_WORK ITEM_
Produce as output only the lines below starting at the line with "#99=IFCINDEXEDPOLYGONALFACE((1,3,7,5));" and continuing through the line with "#109=IFCINDEXEDPOLYGONALFACE((2,6,8,4));", each one exactly as written.

_DATA EXTRACTS_
= = = =

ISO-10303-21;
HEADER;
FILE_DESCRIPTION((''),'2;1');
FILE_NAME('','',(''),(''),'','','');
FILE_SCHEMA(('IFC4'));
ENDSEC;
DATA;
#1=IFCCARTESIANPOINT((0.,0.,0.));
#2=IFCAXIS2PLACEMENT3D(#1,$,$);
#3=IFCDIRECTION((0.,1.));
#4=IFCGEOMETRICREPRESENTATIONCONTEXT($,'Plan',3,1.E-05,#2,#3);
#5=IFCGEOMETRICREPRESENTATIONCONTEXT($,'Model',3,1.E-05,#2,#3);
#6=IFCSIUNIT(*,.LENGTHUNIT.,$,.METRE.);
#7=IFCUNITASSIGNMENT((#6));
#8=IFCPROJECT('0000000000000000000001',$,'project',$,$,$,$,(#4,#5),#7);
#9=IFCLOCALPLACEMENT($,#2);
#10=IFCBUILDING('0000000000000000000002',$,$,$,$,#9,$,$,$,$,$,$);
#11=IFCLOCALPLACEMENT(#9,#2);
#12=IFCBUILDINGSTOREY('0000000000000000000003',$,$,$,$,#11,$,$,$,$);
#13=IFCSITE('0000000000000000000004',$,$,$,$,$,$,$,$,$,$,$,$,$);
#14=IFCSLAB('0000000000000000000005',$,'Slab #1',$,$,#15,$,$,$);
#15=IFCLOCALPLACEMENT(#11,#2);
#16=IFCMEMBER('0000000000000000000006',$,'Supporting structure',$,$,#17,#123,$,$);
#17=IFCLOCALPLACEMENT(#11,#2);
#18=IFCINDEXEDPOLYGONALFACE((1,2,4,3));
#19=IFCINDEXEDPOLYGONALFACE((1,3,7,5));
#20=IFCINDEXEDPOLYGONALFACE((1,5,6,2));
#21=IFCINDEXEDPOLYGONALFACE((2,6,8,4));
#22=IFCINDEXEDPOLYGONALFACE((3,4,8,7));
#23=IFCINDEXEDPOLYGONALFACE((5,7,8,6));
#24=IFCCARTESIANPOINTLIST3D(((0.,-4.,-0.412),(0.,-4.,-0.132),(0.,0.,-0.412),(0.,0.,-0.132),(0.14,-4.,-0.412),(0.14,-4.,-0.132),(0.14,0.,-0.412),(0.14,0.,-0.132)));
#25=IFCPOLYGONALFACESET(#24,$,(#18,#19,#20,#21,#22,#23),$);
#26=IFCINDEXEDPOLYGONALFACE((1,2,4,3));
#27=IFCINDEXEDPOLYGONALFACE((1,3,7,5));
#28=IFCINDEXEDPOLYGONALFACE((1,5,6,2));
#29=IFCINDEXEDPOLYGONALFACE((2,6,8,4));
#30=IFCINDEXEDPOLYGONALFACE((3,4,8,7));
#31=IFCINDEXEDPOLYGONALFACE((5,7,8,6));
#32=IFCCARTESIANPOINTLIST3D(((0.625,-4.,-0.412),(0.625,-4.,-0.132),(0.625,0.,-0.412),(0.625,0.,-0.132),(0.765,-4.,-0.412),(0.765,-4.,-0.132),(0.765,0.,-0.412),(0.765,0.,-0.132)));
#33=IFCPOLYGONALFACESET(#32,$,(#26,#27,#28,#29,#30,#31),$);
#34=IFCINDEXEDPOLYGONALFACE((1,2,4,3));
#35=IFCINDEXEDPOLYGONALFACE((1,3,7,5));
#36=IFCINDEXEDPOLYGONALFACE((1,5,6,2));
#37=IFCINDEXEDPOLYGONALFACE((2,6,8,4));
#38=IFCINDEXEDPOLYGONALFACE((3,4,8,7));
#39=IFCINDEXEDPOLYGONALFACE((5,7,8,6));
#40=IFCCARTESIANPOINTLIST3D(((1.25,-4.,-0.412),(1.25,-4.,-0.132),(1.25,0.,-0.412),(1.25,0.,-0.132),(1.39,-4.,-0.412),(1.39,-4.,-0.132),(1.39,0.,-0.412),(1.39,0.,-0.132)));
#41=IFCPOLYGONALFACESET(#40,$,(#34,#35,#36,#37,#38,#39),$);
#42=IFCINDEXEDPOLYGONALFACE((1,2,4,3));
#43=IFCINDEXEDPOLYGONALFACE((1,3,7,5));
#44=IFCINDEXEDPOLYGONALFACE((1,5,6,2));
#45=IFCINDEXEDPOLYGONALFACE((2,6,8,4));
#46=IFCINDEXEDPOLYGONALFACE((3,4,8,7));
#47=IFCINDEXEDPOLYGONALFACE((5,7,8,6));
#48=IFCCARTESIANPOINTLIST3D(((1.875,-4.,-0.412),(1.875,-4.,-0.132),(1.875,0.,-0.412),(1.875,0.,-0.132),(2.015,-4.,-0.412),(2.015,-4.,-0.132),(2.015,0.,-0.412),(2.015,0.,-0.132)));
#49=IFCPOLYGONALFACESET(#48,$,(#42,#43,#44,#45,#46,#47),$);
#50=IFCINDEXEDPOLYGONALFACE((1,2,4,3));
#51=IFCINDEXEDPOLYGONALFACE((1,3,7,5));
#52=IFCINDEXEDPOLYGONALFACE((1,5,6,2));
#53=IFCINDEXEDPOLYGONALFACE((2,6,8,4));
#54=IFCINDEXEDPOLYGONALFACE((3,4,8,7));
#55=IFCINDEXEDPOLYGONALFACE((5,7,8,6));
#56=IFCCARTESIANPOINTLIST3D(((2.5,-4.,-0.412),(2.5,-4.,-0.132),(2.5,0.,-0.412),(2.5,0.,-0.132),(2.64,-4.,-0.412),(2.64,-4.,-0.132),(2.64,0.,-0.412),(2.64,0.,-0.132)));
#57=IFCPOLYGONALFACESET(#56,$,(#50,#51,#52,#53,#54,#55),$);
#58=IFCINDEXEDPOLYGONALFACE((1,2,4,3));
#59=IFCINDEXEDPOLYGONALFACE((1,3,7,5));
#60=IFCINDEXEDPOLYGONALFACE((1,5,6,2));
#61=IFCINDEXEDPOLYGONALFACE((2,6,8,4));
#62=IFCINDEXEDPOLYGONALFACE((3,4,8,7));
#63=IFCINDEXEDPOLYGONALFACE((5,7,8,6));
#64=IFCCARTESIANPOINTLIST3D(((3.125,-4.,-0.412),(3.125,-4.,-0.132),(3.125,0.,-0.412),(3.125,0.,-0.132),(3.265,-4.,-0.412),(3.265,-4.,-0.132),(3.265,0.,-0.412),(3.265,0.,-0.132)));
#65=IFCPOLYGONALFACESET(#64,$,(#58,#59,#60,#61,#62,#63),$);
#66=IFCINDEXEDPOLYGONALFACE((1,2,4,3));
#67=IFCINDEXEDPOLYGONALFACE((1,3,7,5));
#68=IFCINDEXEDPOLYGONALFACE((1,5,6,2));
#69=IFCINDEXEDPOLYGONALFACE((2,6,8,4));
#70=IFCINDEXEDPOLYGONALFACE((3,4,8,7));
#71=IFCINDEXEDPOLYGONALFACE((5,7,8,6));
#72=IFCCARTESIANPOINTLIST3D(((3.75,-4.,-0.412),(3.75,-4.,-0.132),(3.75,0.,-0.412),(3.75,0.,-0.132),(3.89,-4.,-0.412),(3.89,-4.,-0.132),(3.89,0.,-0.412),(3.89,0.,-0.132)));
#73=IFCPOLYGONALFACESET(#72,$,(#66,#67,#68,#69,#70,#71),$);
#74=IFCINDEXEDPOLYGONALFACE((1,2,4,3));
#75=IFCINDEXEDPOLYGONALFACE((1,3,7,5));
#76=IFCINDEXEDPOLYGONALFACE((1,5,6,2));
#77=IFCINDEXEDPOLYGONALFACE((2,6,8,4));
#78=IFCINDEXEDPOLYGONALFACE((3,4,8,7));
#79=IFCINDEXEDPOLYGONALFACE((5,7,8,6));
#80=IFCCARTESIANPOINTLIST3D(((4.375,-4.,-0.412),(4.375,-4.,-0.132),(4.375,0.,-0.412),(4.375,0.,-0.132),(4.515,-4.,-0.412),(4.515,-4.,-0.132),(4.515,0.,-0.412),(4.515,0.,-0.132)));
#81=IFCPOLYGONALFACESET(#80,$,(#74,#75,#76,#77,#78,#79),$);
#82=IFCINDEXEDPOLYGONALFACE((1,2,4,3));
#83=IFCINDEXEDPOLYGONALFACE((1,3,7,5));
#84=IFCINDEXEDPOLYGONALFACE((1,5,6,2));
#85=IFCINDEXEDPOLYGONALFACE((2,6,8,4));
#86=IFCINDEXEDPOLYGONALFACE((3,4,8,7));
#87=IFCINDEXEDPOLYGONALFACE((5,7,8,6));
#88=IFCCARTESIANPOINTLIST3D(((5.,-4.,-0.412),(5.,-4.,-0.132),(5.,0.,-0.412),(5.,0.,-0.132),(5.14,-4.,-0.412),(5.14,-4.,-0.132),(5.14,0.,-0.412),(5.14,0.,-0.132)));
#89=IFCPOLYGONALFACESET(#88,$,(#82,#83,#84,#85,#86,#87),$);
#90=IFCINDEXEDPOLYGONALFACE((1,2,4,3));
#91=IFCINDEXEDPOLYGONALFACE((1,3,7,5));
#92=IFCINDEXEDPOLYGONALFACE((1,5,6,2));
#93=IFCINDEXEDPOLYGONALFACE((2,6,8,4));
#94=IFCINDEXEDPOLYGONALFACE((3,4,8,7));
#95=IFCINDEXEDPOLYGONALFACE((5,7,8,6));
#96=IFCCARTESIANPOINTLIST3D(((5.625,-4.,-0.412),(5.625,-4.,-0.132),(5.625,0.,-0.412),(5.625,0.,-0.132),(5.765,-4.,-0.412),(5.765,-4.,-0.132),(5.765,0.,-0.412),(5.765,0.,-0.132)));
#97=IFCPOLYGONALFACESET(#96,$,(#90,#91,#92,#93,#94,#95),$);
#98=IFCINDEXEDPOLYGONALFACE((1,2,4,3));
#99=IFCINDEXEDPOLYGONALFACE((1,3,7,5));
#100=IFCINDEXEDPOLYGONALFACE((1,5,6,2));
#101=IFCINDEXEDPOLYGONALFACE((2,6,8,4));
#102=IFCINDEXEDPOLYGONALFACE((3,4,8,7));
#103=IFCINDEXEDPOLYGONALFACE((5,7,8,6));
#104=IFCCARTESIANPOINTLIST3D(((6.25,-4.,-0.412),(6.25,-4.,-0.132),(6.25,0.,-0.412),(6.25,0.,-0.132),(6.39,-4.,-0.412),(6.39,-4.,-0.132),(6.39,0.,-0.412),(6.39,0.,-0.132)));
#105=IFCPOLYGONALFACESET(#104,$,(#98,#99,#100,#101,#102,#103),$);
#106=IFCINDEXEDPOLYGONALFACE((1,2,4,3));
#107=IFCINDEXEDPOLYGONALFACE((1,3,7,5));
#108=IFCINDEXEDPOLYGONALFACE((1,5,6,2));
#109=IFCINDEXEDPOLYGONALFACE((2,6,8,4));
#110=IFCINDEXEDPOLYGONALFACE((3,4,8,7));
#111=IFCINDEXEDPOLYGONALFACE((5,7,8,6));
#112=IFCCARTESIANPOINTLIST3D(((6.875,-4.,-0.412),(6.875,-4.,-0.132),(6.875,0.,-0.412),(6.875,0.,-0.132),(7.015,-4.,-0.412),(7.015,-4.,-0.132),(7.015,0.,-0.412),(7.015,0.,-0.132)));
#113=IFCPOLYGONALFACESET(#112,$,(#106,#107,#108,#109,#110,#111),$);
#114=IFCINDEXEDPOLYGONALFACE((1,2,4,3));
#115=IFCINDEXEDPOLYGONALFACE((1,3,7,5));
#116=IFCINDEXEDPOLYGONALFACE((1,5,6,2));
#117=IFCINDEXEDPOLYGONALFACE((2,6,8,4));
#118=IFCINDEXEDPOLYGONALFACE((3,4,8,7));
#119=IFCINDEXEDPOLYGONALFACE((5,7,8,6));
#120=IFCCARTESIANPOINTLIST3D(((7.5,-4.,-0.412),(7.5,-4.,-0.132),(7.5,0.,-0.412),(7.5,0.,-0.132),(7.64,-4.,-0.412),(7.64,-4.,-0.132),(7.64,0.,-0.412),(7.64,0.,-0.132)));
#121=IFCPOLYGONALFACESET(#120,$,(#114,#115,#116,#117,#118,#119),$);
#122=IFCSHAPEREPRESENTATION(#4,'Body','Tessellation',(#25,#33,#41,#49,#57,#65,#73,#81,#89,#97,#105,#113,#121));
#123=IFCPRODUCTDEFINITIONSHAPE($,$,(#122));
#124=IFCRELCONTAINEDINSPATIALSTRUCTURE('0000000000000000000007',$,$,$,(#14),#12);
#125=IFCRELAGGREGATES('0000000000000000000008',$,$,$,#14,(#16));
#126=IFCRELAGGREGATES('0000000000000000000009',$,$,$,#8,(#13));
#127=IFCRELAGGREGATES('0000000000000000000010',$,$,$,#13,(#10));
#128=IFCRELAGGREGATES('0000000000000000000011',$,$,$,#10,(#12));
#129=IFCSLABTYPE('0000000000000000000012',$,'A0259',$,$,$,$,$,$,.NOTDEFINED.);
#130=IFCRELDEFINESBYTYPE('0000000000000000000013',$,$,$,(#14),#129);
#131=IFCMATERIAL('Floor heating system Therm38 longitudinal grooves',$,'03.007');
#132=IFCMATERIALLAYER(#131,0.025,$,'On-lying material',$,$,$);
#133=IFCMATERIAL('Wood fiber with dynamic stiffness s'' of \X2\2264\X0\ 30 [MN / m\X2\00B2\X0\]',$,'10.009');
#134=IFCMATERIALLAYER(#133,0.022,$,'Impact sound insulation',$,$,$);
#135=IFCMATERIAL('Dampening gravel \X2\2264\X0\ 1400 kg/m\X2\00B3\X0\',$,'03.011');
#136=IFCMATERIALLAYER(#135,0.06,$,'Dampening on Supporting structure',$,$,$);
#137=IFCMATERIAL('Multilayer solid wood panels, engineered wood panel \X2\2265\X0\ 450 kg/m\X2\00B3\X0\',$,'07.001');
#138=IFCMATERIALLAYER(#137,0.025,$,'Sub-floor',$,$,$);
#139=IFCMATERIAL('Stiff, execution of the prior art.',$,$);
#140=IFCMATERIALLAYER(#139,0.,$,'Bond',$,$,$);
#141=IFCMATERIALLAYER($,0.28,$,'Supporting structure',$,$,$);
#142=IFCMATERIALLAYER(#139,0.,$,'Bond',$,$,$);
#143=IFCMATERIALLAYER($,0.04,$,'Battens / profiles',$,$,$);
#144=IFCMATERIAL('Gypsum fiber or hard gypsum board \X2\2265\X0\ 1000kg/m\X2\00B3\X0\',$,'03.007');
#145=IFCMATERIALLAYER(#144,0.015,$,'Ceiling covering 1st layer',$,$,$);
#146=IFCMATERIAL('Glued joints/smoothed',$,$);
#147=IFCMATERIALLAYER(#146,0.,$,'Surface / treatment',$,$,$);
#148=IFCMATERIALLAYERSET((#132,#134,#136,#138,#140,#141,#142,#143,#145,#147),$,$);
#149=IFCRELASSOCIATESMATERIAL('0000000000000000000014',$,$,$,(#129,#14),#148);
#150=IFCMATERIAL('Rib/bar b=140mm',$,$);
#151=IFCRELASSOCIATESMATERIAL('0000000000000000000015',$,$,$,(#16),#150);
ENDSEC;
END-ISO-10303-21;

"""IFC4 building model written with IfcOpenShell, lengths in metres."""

from ifc_helpers import new_model, si_unit, direction, frame, frame_2d, origin, place, context, project, spatial, rectangle, extrude, material, layer, layer_set, type_object, element, aggregate, save


model = new_model("IFC4")

# Units and contexts
plan_context = context("Plan", 3, precision=1e-05, world=origin(), true_north=direction((0.0, 1.0)))
model_context = context("Model", 3, precision=1e-05, world=origin(), true_north=direction((0.0, 1.0)))
ifc_project = project(units=[si_unit("LENGTHUNIT", "METRE")], contexts=[plan_context, model_context])

# Site, building, storey
site = spatial("IfcSite", under=ifc_project)
building_placement = place(None, origin())
building = spatial("IfcBuilding", under=site, at=building_placement)
storey_placement = place(building_placement, origin())
storey = spatial("IfcBuildingStorey", under=building, at=storey_placement)

# Slab, member
ifc_material_1 = material(Name="Floor heating system Therm38 longitudinal grooves", Category="03.007")
ifc_layer_1 = layer(ifc_material_1, 0.025, Name="On-lying material")
ifc_material_2 = material(Name="Wood fiber with dynamic stiffness s' of ≤ 30 [MN / m²]", Category="10.009")
ifc_layer_2 = layer(ifc_material_2, 0.022, Name="Impact sound insulation")
ifc_material_3 = material(Name="Dampening gravel ≤ 1400 kg/m³", Category="03.011")
ifc_layer_3 = layer(ifc_material_3, 0.06, Name="Dampening on Supporting structure")
ifc_material_4 = material(Name="Multilayer solid wood panels, engineered wood panel ≥ 450 kg/m³", Category="07.001")
ifc_layer_4 = layer(ifc_material_4, 0.025, Name="Sub-floor")
ifc_material_5 = material(Name="Stiff, execution of the prior art.")
ifc_layer_5 = layer(ifc_material_5, 0.0, Name="Bond")
ifc_layer_6 = layer(None, 0.28, Name="Supporting structure")
ifc_layer_7 = layer(ifc_material_5, 0.0, Name="Bond")
ifc_layer_8 = layer(None, 0.04, Name="Battens / profiles")
ifc_material_6 = material(Name="Gypsum fiber or hard gypsum board ≥ 1000kg/m³", Category="03.007")
ifc_layer_9 = layer(ifc_material_6, 0.015, Name="Ceiling covering 1st layer")
ifc_material_7 = material(Name="Glued joints/smoothed")
ifc_layer_10 = layer(ifc_material_7, 0.0, Name="Surface / treatment")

= = = =

_RESPONSE AREA_
#99=IFCINDEXEDPOLYGONALFACE((1,3,7,5));
#100=IFCINDEXEDPOLYGONALFACE((1,5,6,2));
#101=IFCINDEXEDPOLYGONALFACE((2,6,8,4));
#102=IFCINDEXEDPOLYGONALFACE((3,4,8,7));
#103=IFCINDEXEDPOLYGONALFACE((5,7,8,6));
#104=IFCCARTESIANPOINTLIST3D(((6.25,-4.,-0.412),(6.25,-4.,-0.132),(6.25,0.,-0.412),(6.25,0.,-0.132),(6.39,-4.,-0.412),(6.39,-4.,-0.132),(6.39,0.,-0.412),(6.39,0.,-0.132)));
#105=IFCPOLYGONALFACESET(#104,$,(#98,#99,#100,#101,#102,#103),$);
#106=IFCINDEXEDPOLYGONALFACE((1,2,4,3));
#107=IFCINDEXEDPOLYGONALFACE((1,3,7,5));
#108=IFCINDEXEDPOLYGONALFACE((1,5,6,2));
#109=IFCINDEXEDPOLYGONALFACE((2,6,8,4));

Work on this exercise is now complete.